■ PROMPT:
Every line of the records below from the line with "#122=IFCPRODUCTDEFINITIONSHAPE($,$,(#121));" up to and including the line with "END-ISO-10303-21;" must be reproduced exactly, and no line outside that range.

[Collected data]
---+---

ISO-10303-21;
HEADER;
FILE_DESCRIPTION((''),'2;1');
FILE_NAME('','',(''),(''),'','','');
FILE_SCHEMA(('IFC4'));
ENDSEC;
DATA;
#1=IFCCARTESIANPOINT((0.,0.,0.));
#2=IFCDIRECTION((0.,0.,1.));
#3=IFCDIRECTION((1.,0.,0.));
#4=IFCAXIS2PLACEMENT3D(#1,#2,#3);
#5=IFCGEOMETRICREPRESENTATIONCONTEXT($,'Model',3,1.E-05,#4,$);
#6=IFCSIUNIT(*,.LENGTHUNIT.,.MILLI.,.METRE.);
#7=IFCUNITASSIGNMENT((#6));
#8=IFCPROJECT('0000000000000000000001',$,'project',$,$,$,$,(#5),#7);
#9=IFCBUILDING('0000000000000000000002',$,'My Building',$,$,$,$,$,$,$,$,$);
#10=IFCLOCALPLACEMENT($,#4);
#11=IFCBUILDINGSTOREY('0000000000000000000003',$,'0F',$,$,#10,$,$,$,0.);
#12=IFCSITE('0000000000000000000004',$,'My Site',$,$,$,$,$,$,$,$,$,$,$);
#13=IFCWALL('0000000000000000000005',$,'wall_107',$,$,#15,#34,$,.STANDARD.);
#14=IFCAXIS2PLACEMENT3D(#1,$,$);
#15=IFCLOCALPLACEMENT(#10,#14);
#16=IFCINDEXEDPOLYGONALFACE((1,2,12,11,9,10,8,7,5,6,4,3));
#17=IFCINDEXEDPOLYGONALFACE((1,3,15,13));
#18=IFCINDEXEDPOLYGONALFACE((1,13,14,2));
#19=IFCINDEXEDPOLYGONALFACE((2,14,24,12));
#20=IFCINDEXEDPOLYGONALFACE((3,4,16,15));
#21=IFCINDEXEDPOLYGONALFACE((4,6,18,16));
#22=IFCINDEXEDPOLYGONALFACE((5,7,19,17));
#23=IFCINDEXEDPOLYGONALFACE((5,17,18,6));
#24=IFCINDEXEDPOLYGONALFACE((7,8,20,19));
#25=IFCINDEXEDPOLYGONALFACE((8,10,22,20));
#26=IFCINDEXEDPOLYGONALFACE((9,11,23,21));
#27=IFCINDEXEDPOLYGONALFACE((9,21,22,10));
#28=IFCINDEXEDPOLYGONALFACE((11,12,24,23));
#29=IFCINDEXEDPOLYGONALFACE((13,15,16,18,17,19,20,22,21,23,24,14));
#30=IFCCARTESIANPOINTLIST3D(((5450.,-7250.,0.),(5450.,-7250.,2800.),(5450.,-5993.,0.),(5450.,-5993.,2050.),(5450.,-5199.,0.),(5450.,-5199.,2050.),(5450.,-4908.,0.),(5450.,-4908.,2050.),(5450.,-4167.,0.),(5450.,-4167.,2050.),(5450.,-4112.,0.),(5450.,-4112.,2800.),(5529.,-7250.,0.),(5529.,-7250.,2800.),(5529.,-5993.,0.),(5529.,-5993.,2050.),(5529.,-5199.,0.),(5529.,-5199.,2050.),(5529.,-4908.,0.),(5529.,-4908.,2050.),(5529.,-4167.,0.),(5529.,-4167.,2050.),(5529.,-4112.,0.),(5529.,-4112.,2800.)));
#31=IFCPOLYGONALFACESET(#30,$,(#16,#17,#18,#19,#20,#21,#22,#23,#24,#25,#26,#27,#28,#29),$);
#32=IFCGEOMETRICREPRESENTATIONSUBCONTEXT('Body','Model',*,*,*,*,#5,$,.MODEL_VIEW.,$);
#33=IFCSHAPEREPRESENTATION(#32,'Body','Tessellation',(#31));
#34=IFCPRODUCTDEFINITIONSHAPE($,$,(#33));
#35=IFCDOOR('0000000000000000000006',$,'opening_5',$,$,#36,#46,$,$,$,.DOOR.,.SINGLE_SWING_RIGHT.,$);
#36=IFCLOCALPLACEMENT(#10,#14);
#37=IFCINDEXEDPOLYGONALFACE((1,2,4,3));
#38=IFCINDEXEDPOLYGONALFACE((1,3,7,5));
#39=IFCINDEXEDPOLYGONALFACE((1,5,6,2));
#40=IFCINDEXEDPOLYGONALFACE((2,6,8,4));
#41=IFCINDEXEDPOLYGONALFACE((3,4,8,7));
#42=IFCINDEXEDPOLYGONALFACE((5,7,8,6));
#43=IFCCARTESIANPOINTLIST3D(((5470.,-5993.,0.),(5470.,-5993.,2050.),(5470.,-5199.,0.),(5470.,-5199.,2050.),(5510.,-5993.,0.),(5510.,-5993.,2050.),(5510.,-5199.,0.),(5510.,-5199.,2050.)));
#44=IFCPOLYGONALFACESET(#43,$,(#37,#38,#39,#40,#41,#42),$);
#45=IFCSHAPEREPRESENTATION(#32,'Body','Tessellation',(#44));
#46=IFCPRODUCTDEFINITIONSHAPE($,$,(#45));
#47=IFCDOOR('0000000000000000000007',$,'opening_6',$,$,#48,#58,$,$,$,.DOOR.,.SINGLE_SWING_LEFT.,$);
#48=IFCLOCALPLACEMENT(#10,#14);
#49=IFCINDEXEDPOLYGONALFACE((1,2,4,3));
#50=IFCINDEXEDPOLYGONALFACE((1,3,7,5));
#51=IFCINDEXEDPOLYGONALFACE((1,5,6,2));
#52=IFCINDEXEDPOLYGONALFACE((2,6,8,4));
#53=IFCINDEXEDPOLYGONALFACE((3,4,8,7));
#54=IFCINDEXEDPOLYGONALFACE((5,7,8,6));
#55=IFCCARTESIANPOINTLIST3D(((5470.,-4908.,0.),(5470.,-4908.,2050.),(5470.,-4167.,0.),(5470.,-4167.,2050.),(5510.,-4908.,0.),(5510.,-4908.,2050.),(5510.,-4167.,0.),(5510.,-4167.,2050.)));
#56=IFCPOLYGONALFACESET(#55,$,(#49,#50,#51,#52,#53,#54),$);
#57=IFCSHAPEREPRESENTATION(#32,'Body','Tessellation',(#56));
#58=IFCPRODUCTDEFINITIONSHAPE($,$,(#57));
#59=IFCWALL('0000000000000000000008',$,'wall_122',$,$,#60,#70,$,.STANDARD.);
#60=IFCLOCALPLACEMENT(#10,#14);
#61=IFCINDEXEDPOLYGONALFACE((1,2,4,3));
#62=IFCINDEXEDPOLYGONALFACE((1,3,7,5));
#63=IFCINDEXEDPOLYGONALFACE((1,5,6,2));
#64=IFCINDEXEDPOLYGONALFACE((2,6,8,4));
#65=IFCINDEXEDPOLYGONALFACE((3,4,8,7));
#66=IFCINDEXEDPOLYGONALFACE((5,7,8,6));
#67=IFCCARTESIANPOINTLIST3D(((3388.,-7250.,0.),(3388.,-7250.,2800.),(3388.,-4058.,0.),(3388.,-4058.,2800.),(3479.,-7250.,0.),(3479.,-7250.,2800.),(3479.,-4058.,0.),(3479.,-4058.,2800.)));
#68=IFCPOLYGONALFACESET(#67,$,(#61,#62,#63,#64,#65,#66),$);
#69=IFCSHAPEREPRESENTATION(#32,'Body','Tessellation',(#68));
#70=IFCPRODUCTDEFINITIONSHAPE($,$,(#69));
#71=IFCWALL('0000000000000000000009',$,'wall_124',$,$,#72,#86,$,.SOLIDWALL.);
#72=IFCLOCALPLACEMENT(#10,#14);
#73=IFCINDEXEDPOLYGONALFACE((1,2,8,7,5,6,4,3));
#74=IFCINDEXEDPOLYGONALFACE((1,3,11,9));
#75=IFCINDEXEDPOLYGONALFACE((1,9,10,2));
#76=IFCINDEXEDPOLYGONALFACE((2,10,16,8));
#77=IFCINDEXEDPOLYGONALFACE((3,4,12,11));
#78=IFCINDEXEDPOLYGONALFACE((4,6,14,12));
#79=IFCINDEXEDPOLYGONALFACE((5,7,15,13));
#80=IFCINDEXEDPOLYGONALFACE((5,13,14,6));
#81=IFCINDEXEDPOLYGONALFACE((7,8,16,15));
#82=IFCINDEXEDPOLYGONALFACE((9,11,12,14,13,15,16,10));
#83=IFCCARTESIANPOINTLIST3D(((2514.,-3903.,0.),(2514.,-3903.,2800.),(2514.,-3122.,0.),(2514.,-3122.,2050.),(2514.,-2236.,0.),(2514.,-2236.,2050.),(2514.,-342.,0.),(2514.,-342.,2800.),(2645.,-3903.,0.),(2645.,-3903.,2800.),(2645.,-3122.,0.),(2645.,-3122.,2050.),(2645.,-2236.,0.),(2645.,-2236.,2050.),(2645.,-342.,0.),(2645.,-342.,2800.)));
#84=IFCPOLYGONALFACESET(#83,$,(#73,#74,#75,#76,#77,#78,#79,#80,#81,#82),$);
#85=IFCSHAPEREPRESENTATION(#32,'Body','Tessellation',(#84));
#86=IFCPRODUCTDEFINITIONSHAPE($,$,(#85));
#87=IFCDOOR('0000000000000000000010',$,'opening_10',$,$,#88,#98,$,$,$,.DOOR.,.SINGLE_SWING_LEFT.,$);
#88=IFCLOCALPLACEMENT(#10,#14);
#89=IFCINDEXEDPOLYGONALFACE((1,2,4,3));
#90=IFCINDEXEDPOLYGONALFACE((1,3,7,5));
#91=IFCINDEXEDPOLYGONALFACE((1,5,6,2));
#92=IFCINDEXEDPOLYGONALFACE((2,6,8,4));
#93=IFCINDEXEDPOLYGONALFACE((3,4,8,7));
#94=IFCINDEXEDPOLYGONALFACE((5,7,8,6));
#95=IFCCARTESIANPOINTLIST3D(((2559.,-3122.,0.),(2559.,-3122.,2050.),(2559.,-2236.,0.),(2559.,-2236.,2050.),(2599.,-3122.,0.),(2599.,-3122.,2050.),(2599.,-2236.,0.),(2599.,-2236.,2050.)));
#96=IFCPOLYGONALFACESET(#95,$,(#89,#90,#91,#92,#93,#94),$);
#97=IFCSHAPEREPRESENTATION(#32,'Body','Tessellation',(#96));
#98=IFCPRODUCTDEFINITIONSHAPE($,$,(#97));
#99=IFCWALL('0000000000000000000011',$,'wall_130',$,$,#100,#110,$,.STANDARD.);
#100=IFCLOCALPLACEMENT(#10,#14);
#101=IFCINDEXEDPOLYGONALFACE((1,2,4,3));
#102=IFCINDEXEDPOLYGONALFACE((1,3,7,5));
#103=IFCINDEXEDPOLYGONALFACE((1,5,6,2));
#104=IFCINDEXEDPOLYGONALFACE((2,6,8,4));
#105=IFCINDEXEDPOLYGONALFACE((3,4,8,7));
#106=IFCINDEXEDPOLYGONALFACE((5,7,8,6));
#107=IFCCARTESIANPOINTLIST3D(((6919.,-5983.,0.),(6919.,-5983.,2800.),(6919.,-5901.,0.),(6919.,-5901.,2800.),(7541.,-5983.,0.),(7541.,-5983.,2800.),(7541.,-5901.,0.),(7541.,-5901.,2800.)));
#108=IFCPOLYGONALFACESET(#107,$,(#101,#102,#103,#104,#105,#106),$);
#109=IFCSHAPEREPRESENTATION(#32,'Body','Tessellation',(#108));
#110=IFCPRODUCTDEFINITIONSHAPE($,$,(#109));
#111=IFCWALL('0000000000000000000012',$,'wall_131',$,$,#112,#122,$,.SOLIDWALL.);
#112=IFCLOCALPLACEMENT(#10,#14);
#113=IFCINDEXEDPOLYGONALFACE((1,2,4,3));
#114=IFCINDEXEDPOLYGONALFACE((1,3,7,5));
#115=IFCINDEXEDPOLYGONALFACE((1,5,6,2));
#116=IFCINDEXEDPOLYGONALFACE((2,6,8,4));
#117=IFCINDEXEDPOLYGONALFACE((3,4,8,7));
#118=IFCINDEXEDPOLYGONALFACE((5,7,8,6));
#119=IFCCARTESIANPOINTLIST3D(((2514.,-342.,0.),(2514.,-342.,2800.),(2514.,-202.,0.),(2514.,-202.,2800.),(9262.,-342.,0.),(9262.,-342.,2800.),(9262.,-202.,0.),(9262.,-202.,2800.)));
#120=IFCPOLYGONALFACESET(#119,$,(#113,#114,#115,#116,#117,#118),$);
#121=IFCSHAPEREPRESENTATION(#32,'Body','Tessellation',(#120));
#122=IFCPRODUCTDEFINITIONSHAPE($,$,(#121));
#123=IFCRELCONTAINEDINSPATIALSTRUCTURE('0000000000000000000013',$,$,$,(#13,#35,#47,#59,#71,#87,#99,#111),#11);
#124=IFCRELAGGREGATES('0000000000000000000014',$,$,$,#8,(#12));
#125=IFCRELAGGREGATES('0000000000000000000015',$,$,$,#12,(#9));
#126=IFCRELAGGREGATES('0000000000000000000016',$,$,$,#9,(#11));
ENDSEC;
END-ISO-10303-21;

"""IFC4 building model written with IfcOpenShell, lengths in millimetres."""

from ifc_helpers import new_model, si_unit, origin_with_axes, place, context, subcontext, project, spatial, indexed_curve, outline, extrude, element, fill, save


model = new_model("IFC4")

# Units and contexts
model_context = context("Model", 3, precision=1e-05, world=origin_with_axes())
body_context = subcontext(model_context, "Body", "Model", "MODEL_VIEW")
ifc_project = project(units=[si_unit("LENGTHUNIT", "METRE", prefix="MILLI")], contexts=[model_context])

# Site, building, storey
site = spatial("IfcSite", under=ifc_project, Name="My Site")
building = spatial("IfcBuilding", under=site, Name="My Building")
storey_placement = place(None, origin_with_axes())
storey = spatial("IfcBuildingStorey", under=building, at=storey_placement, Name="0F", Elevation=0.0)

# Wall, openings, doors
wall_1_placement = place(storey_placement, origin_with_axes())
wall_1 = element("IfcWall", 1, at=wall_1_placement, inside=storey, Name="wall_107", PredefinedType="STANDARD", context=body_context, shape_type="SweptSolid", body=[
    extrude(outline(indexed_curve([(5450.0, -4112.0), (5450.0, -7250.0), (5529.0, -7250.0), (5529.0, -4112.0), (5450.0, -4112.0)])), None, (0.0, 0.0, 1.0), 2800.0),
])
opening_1_placement = place(wall_1_placement, origin_with_axes())
opening_1 = element("IfcOpeningElement", 2, at=opening_1_placement, cuts=wall_1, ObjectType="Opening", context=body_context, shape_type="SweptSolid", body=[
    extrude(outline(indexed_curve([(5384.0, -5993.0), (5596.0, -5993.0), (5596.0, -5199.0), (5384.0, -5199.0), (5384.0, -5993.0)])), None, (0.0, 0.0, 1.0), 2050.0),
])
opening_2_placement = place(wall_1_placement, origin_with_axes())
opening_2 = element("IfcOpeningElement", 3, at=opening_2_placement, cuts=wall_1, ObjectType="Opening", context=body_context, shape_type="SweptSolid", body=[
    extrude(outline(indexed_curve([(5384.0, -4908.0), (5596.0, -4908.0), (5596.0, -4167.0), (5384.0, -4167.0), (5384.0, -4908.0)])), None, (0.0, 0.0, 1.0), 2050.0),
])
door_1_placement = place(opening_1_placement, origin_with_axes())
door_1 = element("IfcDoor", 4, at=door_1_placement, inside=storey, Name="opening_5", OperationType="SINGLE_SWING_RIGHT", PredefinedType="DOOR", context=body_context, shape_type="SweptSolid", body=[
    extrude(outline(indexed_curve([(5470.0, -5993.0), (5510.0, -5993.0), (5510.0, -5199.0), (5470.0, -5199.0), (5470.0, -5993.0)])), None, (0.0, 0.0, 1.0), 2050.0),
])
fill(opening_1, door_1)
door_2_placement = place(opening_2_placement, origin_with_axes())
door_2 = element("IfcDoor", 5, at=door_2_placement, inside=storey, Name="opening_6", OperationType="SINGLE_SWING_LEFT", PredefinedType="DOOR", context=body_context, shape_type="SweptSolid", body=[
    extrude(outline(indexed_curve([(5470.0, -4908.0), (5510.0, -4908.0), (5510.0, -4167.0), (5470.0, -4167.0), (5470.0, -4908.0)])), None, (0.0, 0.0, 1.0), 2050.0),
])
fill(opening_2, door_2)

# Wall
wall_2_placement = place(storey_placement, origin_with_axes())
element("IfcWall", 6, at=wall_2_placement, inside=storey, Name="wall_122", PredefinedType="STANDARD", context=body_context, shape_type="SweptSolid", body=[
    extrude(outline(indexed_curve([(3388.0, -4058.0), (3388.0, -7250.0), (3479.0, -7250.0), (3479.0, -4058.0), (3388.0, -4058.0)])), None, (0.0, 0.0, 1.0), 2800.0),
])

---+---

■ RESULT BELOW:
#122=IFCPRODUCTDEFINITIONSHAPE($,$,(#121));
#123=IFCRELCONTAINEDINSPATIALSTRUCTURE('0000000000000000000013',$,$,$,(#13,#35,#47,#59,#71,#87,#99,#111),#11);
#124=IFCRELAGGREGATES('0000000000000000000014',$,$,$,#8,(#12));
#125=IFCRELAGGREGATES('0000000000000000000015',$,$,$,#12,(#9));
#126=IFCRELAGGREGATES('0000000000000000000016',$,$,$,#9,(#11));
ENDSEC;
END-ISO-10303-21;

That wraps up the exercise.